- **ABOUT THIS TASK**: Every single entry must be reproduced precisely.

- **PROVIDED DATA**:

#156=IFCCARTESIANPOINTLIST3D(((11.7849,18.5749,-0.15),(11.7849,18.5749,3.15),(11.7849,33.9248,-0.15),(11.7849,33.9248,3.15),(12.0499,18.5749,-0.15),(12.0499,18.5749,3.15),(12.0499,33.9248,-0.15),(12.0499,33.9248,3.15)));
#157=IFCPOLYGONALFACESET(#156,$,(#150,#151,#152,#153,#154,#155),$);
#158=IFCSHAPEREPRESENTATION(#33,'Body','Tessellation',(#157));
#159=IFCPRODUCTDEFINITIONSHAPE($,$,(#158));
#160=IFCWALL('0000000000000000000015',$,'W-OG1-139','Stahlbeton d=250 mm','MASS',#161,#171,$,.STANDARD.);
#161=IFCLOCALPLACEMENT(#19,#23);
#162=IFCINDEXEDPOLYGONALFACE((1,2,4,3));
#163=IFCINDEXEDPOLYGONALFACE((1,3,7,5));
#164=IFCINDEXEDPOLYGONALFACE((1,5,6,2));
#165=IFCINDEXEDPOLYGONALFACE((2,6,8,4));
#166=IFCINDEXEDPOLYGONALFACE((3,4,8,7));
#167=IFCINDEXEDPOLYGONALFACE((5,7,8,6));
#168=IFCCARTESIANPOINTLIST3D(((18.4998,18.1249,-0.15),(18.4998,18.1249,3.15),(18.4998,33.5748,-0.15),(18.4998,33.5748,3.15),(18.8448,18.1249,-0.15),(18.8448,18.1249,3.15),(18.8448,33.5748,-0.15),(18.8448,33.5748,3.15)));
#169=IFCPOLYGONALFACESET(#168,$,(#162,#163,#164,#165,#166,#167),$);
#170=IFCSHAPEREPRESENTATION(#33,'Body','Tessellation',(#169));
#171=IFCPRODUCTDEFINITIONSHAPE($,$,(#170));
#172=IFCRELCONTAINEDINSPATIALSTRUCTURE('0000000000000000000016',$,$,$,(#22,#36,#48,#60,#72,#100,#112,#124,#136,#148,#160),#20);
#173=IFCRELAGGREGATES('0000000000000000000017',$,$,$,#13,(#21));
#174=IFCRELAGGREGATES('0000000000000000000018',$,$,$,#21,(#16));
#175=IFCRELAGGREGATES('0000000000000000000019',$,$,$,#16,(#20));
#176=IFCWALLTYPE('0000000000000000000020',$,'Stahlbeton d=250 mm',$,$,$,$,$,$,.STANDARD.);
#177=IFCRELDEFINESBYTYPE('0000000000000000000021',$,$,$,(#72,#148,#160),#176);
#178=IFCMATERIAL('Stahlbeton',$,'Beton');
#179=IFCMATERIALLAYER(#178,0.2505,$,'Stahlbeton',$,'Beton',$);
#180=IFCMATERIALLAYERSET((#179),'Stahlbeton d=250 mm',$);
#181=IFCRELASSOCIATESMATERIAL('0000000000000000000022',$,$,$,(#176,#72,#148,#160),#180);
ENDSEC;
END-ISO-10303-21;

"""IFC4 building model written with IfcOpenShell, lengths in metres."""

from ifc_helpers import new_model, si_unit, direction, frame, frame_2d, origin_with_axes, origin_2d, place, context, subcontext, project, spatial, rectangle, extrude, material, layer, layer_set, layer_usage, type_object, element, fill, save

- **EXPECTED OUTPUT**:
#156=IFCCARTESIANPOINTLIST3D(((11.7849,18.5749,-0.15),(11.7849,18.5749,3.15),(11.7849,33.9248,-0.15),(11.7849,33.9248,3.15),(12.0499,18.5749,-0.15),(12.0499,18.5749,3.15),(12.0499,33.9248,-0.15),(12.0499,33.9248,3.15)));
#157=IFCPOLYGONALFACESET(#156,$,(#150,#151,#152,#153,#154,#155),$);
#158=IFCSHAPEREPRESENTATION(#33,'Body','Tessellation',(#157));
#159=IFCPRODUCTDEFINITIONSHAPE($,$,(#158));
#160=IFCWALL('0000000000000000000015',$,'W-OG1-139','Stahlbeton d=250 mm','MASS',#161,#171,$,.STANDARD.);
#161=IFCLOCALPLACEMENT(#19,#23);
#162=IFCINDEXEDPOLYGONALFACE((1,2,4,3));
#163=IFCINDEXEDPOLYGONALFACE((1,3,7,5));
#164=IFCINDEXEDPOLYGONALFACE((1,5,6,2));
#165=IFCINDEXEDPOLYGONALFACE((2,6,8,4));
#166=IFCINDEXEDPOLYGONALFACE((3,4,8,7));
#167=IFCINDEXEDPOLYGONALFACE((5,7,8,6));
#168=IFCCARTESIANPOINTLIST3D(((18.4998,18.1249,-0.15),(18.4998,18.1249,3.15),(18.4998,33.5748,-0.15),(18.4998,33.5748,3.15),(18.8448,18.1249,-0.15),(18.8448,18.1249,3.15),(18.8448,33.5748,-0.15),(18.8448,33.5748,3.15)));
#169=IFCPOLYGONALFACESET(#168,$,(#162,#163,#164,#165,#166,#167),$);
#170=IFCSHAPEREPRESENTATION(#33,'Body','Tessellation',(#169));
#171=IFCPRODUCTDEFINITIONSHAPE($,$,(#170));
#172=IFCRELCONTAINEDINSPATIALSTRUCTURE('0000000000000000000016',$,$,$,(#22,#36,#48,#60,#72,#100,#112,#124,#136,#148,#160),#20);
#173=IFCRELAGGREGATES('0000000000000000000017',$,$,$,#13,(#21));
#174=IFCRELAGGREGATES('0000000000000000000018',$,$,$,#21,(#16));
#175=IFCRELAGGREGATES('0000000000000000000019',$,$,$,#16,(#20));
#176=IFCWALLTYPE('0000000000000000000020',$,'Stahlbeton d=250 mm',$,$,$,$,$,$,.STANDARD.);
#177=IFCRELDEFINESBYTYPE('0000000000000000000021',$,$,$,(#72,#148,#160),#176);
#178=IFCMATERIAL('Stahlbeton',$,'Beton');
#179=IFCMATERIALLAYER(#178,0.2505,$,'Stahlbeton',$,'Beton',$);
#180=IFCMATERIALLAYERSET((#179),'Stahlbeton d=250 mm',$);
#181=IFCRELASSOCIATESMATERIAL('0000000000000000000022',$,$,$,(#176,#72,#148,#160),#180);
ENDSEC;
END-ISO-10303-21;

"""IFC4 building model written with IfcOpenShell, lengths in metres."""

from ifc_helpers import new_model, si_unit, direction, frame, frame_2d, origin_with_axes, origin_2d, place, context, subcontext, project, spatial, rectangle, extrude, material, layer, layer_set, layer_usage, type_object, element, fill, save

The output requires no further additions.